(Beginning of Data)

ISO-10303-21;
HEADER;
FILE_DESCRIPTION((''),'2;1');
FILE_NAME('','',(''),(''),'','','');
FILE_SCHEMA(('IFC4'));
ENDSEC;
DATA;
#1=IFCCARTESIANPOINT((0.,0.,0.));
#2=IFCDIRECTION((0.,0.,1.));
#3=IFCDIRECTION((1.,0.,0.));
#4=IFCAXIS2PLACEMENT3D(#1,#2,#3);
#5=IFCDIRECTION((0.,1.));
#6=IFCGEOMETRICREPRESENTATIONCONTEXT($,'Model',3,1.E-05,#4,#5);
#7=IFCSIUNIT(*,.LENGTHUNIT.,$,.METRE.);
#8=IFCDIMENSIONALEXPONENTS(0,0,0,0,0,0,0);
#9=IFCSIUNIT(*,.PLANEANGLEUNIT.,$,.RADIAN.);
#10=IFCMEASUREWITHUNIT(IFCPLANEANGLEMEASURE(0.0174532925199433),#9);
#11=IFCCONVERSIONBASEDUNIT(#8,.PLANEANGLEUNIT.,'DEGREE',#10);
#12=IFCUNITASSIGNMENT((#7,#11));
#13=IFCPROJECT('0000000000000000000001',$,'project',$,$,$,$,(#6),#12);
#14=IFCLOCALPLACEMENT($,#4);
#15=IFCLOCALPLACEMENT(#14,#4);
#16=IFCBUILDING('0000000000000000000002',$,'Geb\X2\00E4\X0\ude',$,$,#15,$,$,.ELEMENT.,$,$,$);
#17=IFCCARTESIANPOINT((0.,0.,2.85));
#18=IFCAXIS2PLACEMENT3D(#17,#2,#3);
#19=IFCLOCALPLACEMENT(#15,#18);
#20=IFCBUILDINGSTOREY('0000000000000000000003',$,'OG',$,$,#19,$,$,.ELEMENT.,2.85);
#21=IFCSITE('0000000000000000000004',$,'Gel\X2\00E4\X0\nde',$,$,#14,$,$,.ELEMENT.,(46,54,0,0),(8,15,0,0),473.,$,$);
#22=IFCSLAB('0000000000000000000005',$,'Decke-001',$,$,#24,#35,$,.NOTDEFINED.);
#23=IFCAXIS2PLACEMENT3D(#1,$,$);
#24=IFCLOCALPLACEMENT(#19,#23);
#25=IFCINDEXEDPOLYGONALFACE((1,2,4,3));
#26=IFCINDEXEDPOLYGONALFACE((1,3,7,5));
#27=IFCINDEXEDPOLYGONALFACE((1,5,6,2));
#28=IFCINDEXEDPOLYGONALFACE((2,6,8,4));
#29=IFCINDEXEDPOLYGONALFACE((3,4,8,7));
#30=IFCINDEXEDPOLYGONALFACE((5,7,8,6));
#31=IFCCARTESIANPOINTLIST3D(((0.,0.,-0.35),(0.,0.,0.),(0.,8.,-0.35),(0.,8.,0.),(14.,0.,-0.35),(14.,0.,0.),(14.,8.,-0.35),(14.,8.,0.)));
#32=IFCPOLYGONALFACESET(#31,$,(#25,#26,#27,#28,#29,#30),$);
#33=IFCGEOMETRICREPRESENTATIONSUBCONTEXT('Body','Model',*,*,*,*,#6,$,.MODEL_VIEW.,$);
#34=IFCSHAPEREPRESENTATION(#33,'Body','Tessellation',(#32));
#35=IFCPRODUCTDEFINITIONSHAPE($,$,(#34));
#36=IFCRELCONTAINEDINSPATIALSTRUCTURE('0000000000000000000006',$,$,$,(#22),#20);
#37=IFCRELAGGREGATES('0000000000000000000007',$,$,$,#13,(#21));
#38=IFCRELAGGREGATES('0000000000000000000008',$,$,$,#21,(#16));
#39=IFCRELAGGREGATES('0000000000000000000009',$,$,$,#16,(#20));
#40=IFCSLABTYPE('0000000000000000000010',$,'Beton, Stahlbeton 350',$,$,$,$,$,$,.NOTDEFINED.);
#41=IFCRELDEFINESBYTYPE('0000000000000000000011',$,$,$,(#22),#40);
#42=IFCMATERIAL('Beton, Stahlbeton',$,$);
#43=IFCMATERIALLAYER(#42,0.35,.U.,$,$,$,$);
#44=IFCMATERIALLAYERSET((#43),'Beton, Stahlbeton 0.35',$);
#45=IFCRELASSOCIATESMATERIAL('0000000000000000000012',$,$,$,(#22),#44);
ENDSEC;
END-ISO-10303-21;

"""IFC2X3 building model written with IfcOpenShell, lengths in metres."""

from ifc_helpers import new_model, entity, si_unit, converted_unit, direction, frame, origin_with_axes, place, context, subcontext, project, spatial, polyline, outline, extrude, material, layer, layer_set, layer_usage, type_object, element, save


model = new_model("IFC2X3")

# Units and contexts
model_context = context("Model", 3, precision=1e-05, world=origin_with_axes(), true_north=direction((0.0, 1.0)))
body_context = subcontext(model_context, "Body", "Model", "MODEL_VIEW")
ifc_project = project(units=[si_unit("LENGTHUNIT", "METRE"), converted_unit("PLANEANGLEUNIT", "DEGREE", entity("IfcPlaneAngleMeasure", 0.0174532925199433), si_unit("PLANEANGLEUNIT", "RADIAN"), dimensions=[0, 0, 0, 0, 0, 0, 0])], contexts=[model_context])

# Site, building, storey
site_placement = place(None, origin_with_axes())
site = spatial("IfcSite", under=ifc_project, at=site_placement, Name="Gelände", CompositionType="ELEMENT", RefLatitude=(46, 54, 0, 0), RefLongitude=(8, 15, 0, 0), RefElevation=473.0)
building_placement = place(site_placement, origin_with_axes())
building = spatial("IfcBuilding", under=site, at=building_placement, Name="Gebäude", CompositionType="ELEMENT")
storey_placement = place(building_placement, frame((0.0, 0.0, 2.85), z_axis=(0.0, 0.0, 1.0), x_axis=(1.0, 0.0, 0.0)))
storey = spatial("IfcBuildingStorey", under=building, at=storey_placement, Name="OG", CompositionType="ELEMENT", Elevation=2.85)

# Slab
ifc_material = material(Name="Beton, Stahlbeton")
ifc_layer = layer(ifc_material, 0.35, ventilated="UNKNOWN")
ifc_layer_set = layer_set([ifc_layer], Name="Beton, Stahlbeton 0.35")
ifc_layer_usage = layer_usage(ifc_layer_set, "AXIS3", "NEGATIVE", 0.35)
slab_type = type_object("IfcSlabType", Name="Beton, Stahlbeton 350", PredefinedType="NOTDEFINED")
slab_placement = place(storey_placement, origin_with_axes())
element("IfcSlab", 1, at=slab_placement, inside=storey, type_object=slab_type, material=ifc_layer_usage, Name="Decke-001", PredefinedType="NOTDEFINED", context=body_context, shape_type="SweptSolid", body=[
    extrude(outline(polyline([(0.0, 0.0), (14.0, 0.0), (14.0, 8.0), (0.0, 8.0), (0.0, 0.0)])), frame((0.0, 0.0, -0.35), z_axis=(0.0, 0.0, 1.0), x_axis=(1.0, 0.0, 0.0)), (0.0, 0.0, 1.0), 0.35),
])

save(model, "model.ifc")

(End of Data)

* **Exercise instructions**: Copy out the material above in its entirety. Every detail must match.

* **Output below**:
ISO-10303-21;
HEADER;
FILE_DESCRIPTION((''),'2;1');
FILE_NAME('','',(''),(''),'','','');
FILE_SCHEMA(('IFC4'));
ENDSEC;
DATA;
#1=IFCCARTESIANPOINT((0.,0.,0.));
#2=IFCDIRECTION((0.,0.,1.));
#3=IFCDIRECTION((1.,0.,0.));
#4=IFCAXIS2PLACEMENT3D(#1,#2,#3);
#5=IFCDIRECTION((0.,1.));
#6=IFCGEOMETRICREPRESENTATIONCONTEXT($,'Model',3,1.E-05,#4,#5);
#7=IFCSIUNIT(*,.LENGTHUNIT.,$,.METRE.);
#8=IFCDIMENSIONALEXPONENTS(0,0,0,0,0,0,0);
#9=IFCSIUNIT(*,.PLANEANGLEUNIT.,$,.RADIAN.);
#10=IFCMEASUREWITHUNIT(IFCPLANEANGLEMEASURE(0.0174532925199433),#9);
#11=IFCCONVERSIONBASEDUNIT(#8,.PLANEANGLEUNIT.,'DEGREE',#10);
#12=IFCUNITASSIGNMENT((#7,#11));
#13=IFCPROJECT('0000000000000000000001',$,'project',$,$,$,$,(#6),#12);
#14=IFCLOCALPLACEMENT($,#4);
#15=IFCLOCALPLACEMENT(#14,#4);
#16=IFCBUILDING('0000000000000000000002',$,'Geb\X2\00E4\X0\ude',$,$,#15,$,$,.ELEMENT.,$,$,$);
#17=IFCCARTESIANPOINT((0.,0.,2.85));
#18=IFCAXIS2PLACEMENT3D(#17,#2,#3);
#19=IFCLOCALPLACEMENT(#15,#18);
#20=IFCBUILDINGSTOREY('0000000000000000000003',$,'OG',$,$,#19,$,$,.ELEMENT.,2.85);
#21=IFCSITE('0000000000000000000004',$,'Gel\X2\00E4\X0\nde',$,$,#14,$,$,.ELEMENT.,(46,54,0,0),(8,15,0,0),473.,$,$);
#22=IFCSLAB('0000000000000000000005',$,'Decke-001',$,$,#24,#35,$,.NOTDEFINED.);
#23=IFCAXIS2PLACEMENT3D(#1,$,$);
#24=IFCLOCALPLACEMENT(#19,#23);
#25=IFCINDEXEDPOLYGONALFACE((1,2,4,3));
#26=IFCINDEXEDPOLYGONALFACE((1,3,7,5));
#27=IFCINDEXEDPOLYGONALFACE((1,5,6,2));
#28=IFCINDEXEDPOLYGONALFACE((2,6,8,4));
#29=IFCINDEXEDPOLYGONALFACE((3,4,8,7));
#30=IFCINDEXEDPOLYGONALFACE((5,7,8,6));
#31=IFCCARTESIANPOINTLIST3D(((0.,0.,-0.35),(0.,0.,0.),(0.,8.,-0.35),(0.,8.,0.),(14.,0.,-0.35),(14.,0.,0.),(14.,8.,-0.35),(14.,8.,0.)));
#32=IFCPOLYGONALFACESET(#31,$,(#25,#26,#27,#28,#29,#30),$);
#33=IFCGEOMETRICREPRESENTATIONSUBCONTEXT('Body','Model',*,*,*,*,#6,$,.MODEL_VIEW.,$);
#34=IFCSHAPEREPRESENTATION(#33,'Body','Tessellation',(#32));
#35=IFCPRODUCTDEFINITIONSHAPE($,$,(#34));
#36=IFCRELCONTAINEDINSPATIALSTRUCTURE('0000000000000000000006',$,$,$,(#22),#20);
#37=IFCRELAGGREGATES('0000000000000000000007',$,$,$,#13,(#21));
#38=IFCRELAGGREGATES('0000000000000000000008',$,$,$,#21,(#16));
#39=IFCRELAGGREGATES('0000000000000000000009',$,$,$,#16,(#20));
#40=IFCSLABTYPE('0000000000000000000010',$,'Beton, Stahlbeton 350',$,$,$,$,$,$,.NOTDEFINED.);
#41=IFCRELDEFINESBYTYPE('0000000000000000000011',$,$,$,(#22),#40);
#42=IFCMATERIAL('Beton, Stahlbeton',$,$);
#43=IFCMATERIALLAYER(#42,0.35,.U.,$,$,$,$);
#44=IFCMATERIALLAYERSET((#43),'Beton, Stahlbeton 0.35',$);
#45=IFCRELASSOCIATESMATERIAL('0000000000000000000012',$,$,$,(#22),#44);
ENDSEC;
END-ISO-10303-21;

"""IFC2X3 building model written with IfcOpenShell, lengths in metres."""

from ifc_helpers import new_model, entity, si_unit, converted_unit, direction, frame, origin_with_axes, place, context, subcontext, project, spatial, polyline, outline, extrude, material, layer, layer_set, layer_usage, type_object, element, save


model = new_model("IFC2X3")

# Units and contexts
model_context = context("Model", 3, precision=1e-05, world=origin_with_axes(), true_north=direction((0.0, 1.0)))
body_context = subcontext(model_context, "Body", "Model", "MODEL_VIEW")
ifc_project = project(units=[si_unit("LENGTHUNIT", "METRE"), converted_unit("PLANEANGLEUNIT", "DEGREE", entity("IfcPlaneAngleMeasure", 0.0174532925199433), si_unit("PLANEANGLEUNIT", "RADIAN"), dimensions=[0, 0, 0, 0, 0, 0, 0])], contexts=[model_context])

# Site, building, storey
site_placement = place(None, origin_with_axes())
site = spatial("IfcSite", under=ifc_project, at=site_placement, Name="Gelände", CompositionType="ELEMENT", RefLatitude=(46, 54, 0, 0), RefLongitude=(8, 15, 0, 0), RefElevation=473.0)
building_placement = place(site_placement, origin_with_axes())
building = spatial("IfcBuilding", under=site, at=building_placement, Name="Gebäude", CompositionType="ELEMENT")
storey_placement = place(building_placement, frame((0.0, 0.0, 2.85), z_axis=(0.0, 0.0, 1.0), x_axis=(1.0, 0.0, 0.0)))
storey = spatial("IfcBuildingStorey", under=building, at=storey_placement, Name="OG", CompositionType="ELEMENT", Elevation=2.85)

# Slab
ifc_material = material(Name="Beton, Stahlbeton")
ifc_layer = layer(ifc_material, 0.35, ventilated="UNKNOWN")
ifc_layer_set = layer_set([ifc_layer], Name="Beton, Stahlbeton 0.35")
ifc_layer_usage = layer_usage(ifc_layer_set, "AXIS3", "NEGATIVE", 0.35)
slab_type = type_object("IfcSlabType", Name="Beton, Stahlbeton 350", PredefinedType="NOTDEFINED")
slab_placement = place(storey_placement, origin_with_axes())
element("IfcSlab", 1, at=slab_placement, inside=storey, type_object=slab_type, material=ifc_layer_usage, Name="Decke-001", PredefinedType="NOTDEFINED", context=body_context, shape_type="SweptSolid", body=[
    extrude(outline(polyline([(0.0, 0.0), (14.0, 0.0), (14.0, 8.0), (0.0, 8.0), (0.0, 0.0)])), frame((0.0, 0.0, -0.35), z_axis=(0.0, 0.0, 1.0), x_axis=(1.0, 0.0, 0.0)), (0.0, 0.0, 1.0), 0.35),
])

save(model, "model.ifc")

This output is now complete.